Short-term customer deposits decreased $103.4 million to $83.6 million at September 30, 2009, primarily due to repayments of refundable customer deposits related to long-term supply agreements of $36.0 million, the application of $44.1 million of deposits against outstanding accounts receivable balances and a reclassification to long-term liabilities based on the amendment of one of our long-term customer contracts. Under the amendment, we will now retain an additional $11.6 million of previously refundable deposits as deferred revenue. In addition, deposits of $12.3 million previously due on January 1, 2010 are no longer due within twelve months of September 30, 2009. These decreases were all slightly offset by a reclassification from other long-term liabilities for the current portion of the refundable customer deposits that are scheduled to be repaid in January 2010.

Income taxes payable decreased $11.6 million to $6.3 million over the prior year. The decrease was primarily due to net operating losses that can be carried back, resulting in refunds for tax amounts previously paid that are recorded in prepaid and other current assets.

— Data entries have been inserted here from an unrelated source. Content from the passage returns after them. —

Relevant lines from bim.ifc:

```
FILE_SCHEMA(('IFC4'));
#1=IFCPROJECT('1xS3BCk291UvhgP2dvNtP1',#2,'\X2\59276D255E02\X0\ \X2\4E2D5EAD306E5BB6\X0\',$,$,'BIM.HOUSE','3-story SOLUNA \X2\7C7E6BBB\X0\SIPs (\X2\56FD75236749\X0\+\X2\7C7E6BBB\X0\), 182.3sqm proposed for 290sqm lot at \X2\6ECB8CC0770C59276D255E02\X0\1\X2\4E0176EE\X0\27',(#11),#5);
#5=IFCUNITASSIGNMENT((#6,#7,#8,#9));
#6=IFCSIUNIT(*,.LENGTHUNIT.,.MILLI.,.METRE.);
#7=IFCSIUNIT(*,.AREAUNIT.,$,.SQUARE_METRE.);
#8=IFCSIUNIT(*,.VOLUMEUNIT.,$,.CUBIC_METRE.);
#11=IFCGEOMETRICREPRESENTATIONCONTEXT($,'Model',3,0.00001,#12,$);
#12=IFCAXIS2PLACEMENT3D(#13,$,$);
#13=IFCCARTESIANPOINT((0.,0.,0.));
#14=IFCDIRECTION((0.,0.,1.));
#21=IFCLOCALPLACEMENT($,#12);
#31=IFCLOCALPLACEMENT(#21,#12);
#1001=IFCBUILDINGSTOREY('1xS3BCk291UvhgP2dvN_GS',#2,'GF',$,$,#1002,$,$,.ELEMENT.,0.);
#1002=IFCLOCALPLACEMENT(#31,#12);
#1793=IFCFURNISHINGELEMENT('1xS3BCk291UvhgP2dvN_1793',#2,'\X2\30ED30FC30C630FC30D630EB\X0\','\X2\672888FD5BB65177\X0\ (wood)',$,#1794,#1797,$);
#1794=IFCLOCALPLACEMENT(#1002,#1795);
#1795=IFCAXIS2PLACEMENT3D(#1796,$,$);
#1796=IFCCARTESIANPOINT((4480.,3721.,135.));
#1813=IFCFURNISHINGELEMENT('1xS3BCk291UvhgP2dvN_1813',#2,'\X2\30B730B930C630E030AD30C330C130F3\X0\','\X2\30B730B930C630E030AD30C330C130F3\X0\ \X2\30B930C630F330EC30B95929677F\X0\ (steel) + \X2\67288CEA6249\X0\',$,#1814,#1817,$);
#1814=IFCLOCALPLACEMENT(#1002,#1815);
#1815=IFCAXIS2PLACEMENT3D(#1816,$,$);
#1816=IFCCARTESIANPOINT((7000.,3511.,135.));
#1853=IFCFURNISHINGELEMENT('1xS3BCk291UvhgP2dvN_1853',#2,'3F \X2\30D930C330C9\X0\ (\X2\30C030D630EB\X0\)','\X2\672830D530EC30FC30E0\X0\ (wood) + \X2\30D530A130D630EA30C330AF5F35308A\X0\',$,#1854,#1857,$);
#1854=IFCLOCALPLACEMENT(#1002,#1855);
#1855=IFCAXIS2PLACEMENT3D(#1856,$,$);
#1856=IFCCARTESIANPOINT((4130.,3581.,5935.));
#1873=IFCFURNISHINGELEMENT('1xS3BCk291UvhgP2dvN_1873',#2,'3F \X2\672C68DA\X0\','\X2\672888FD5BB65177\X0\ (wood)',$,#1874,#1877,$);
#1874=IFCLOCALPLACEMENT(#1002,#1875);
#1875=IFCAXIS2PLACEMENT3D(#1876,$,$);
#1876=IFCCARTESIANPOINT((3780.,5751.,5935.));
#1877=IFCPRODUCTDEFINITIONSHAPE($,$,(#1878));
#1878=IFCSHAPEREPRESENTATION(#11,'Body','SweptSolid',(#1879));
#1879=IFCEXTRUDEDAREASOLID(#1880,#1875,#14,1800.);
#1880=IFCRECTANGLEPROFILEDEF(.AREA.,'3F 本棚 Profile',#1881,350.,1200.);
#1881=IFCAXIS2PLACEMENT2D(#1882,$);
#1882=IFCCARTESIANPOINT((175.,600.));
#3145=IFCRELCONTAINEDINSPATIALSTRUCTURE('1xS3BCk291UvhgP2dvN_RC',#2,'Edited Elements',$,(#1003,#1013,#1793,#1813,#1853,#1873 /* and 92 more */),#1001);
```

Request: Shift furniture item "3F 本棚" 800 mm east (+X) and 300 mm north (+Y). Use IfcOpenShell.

```python
import ifcopenshell
import ifcopenshell.api.geometry
import ifcopenshell.util.placement
import ifcopenshell.util.unit

model = ifcopenshell.open("bim.ifc")
unit_scale = ifcopenshell.util.unit.calculate_unit_scale(model)

item = model.by_guid("1xS3BCk291UvhgP2dvN_1873")
matrix = ifcopenshell.util.placement.get_local_placement(item.ObjectPlacement)
matrix[0, 3] += 0.8 / unit_scale
matrix[1, 3] += 0.3 / unit_scale
ifcopenshell.api.geometry.edit_object_placement(model, product=item, matrix=matrix, is_si=False)

print(ifcopenshell.util.placement.get_local_placement(item.ObjectPlacement).round(3) + 0.0)

model.write("bim_edited.ifc")
```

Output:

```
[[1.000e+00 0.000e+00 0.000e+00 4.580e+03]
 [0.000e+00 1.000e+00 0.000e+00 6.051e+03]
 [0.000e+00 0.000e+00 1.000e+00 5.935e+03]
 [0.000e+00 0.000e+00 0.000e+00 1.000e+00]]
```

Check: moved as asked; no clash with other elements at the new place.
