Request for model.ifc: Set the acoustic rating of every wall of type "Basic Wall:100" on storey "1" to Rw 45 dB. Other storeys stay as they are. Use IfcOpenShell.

First a look at what the model holds.

```python
import ifcopenshell
import ifcopenshell.util.element

model = ifcopenshell.open("model.ifc")
print(model.schema)
storey = next(s for s in model.by_type("IfcBuildingStorey") if s.Name == "1")
walls = [e for e in ifcopenshell.util.element.get_decomposition(storey) if e.is_a("IfcWall")]
seen = {}
for e in walls:
    element_type = ifcopenshell.util.element.get_type(e)
    key = (element_type.Name if element_type != e and element_type else None, ifcopenshell.util.element.get_pset(e, "Pset_WallCommon", "AcousticRating"))
    seen[key] = seen.get(key, 0) + 1
for (name, value), count in sorted(seen.items(), key=str):
    print(count, "x", name, "|", value)
```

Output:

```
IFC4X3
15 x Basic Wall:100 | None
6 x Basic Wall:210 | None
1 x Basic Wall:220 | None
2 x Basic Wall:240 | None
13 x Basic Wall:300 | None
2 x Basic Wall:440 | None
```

```python
import ifcopenshell
import ifcopenshell.api.pset
import ifcopenshell.util.element

model = ifcopenshell.open("model.ifc")

storey = next(s for s in model.by_type("IfcBuildingStorey") if s.Name == "1")
walls = [e for e in ifcopenshell.util.element.get_decomposition(storey) if e.is_a("IfcWall")]

count = 0
for e in walls:
    element_type = ifcopenshell.util.element.get_type(e)
    if element_type in (None, e) or element_type.Name != "Basic Wall:100":
        continue
    # add_pset returns the element's existing set when there is one.
    pset = ifcopenshell.api.pset.add_pset(model, product=e, name="Pset_WallCommon")
    ifcopenshell.api.pset.edit_pset(model, pset=pset, properties={"AcousticRating": "Rw 45 dB"})
    count += 1

print(count, "walls updated")

model.write("model_updated.ifc")
```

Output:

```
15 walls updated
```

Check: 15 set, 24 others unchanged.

Other long-term liabilities increased $31.8 million to $217.9 million over the prior year end. The increase was primarily due to an increase of $12.3 million due to a reclassification of customer deposits discussed above and an increase of $19.2 million in unrecognized tax benefits related to revised estimates and interest.

Accumulated other comprehensive income increased to $7.2 million at September 30, 2009 from a loss of $55.6 million at December 31, 2008. This increase was mainly due to unrealized appreciation on available-for-sale securities of $50.4 million with the remaining difference resulting from changes in exchange rates, mainly the Korean Won and the Euro.

LIQUIDITY AND CAPITAL RESOURCES

In the nine months ended September 30, 2009, cash provided by operating activities was $13.6 million compared to $517.5 million in the nine months ended September 30, 2008. This decrease was a result of a decrease in operating income and changes in working capital. The change in working capital was primarily attributable to a buildup of inventories and payments for accrued liabilities and accounts payable. The decrease was offset by the application of $44.1 million of refundable deposits against outstanding receivables related to supply agreements in the first nine months of 2009 and $11.6 million of previously refundable deposits that are no longer refundable due to a solar wafer supply agreement amended in the third quarter of 2009.

Cash used in investing activities was $101.8 million in the nine months ended September 30, 2009 compared to $313.6 million in the nine months ended September 30, 2008, primarily as a result of a decrease in purchases of available for sale investments, net of redemptions and maturities of approximately $192.2 million and in capital expenditures of $90.5 million, slightly offset by purchases of cost and equity method investments of $71.0. Capital expenditures in 2009 primarily relate to increasing our polysilicon capacity and expanding capability for our next generation products.

Cash used in financing activities was $108.3 million in the nine months ended September 30, 2009 compared to $114.8 million in the nine months ended September 30, 2008. The decrease in cash used in financing activities was mainly due to a reduction in repurchases of our common stock to $15.8 million for the nine months ended September 30, 2009 compared to $285.5 million for the same period in 2008. This decrease was partially offset by approximately $90.2 million of net repayments of customer deposits which includes $11.6 million of previously refundable deposits that are no longer refundable due to a solar wafer supply agreement amended in the third quarter of 2009.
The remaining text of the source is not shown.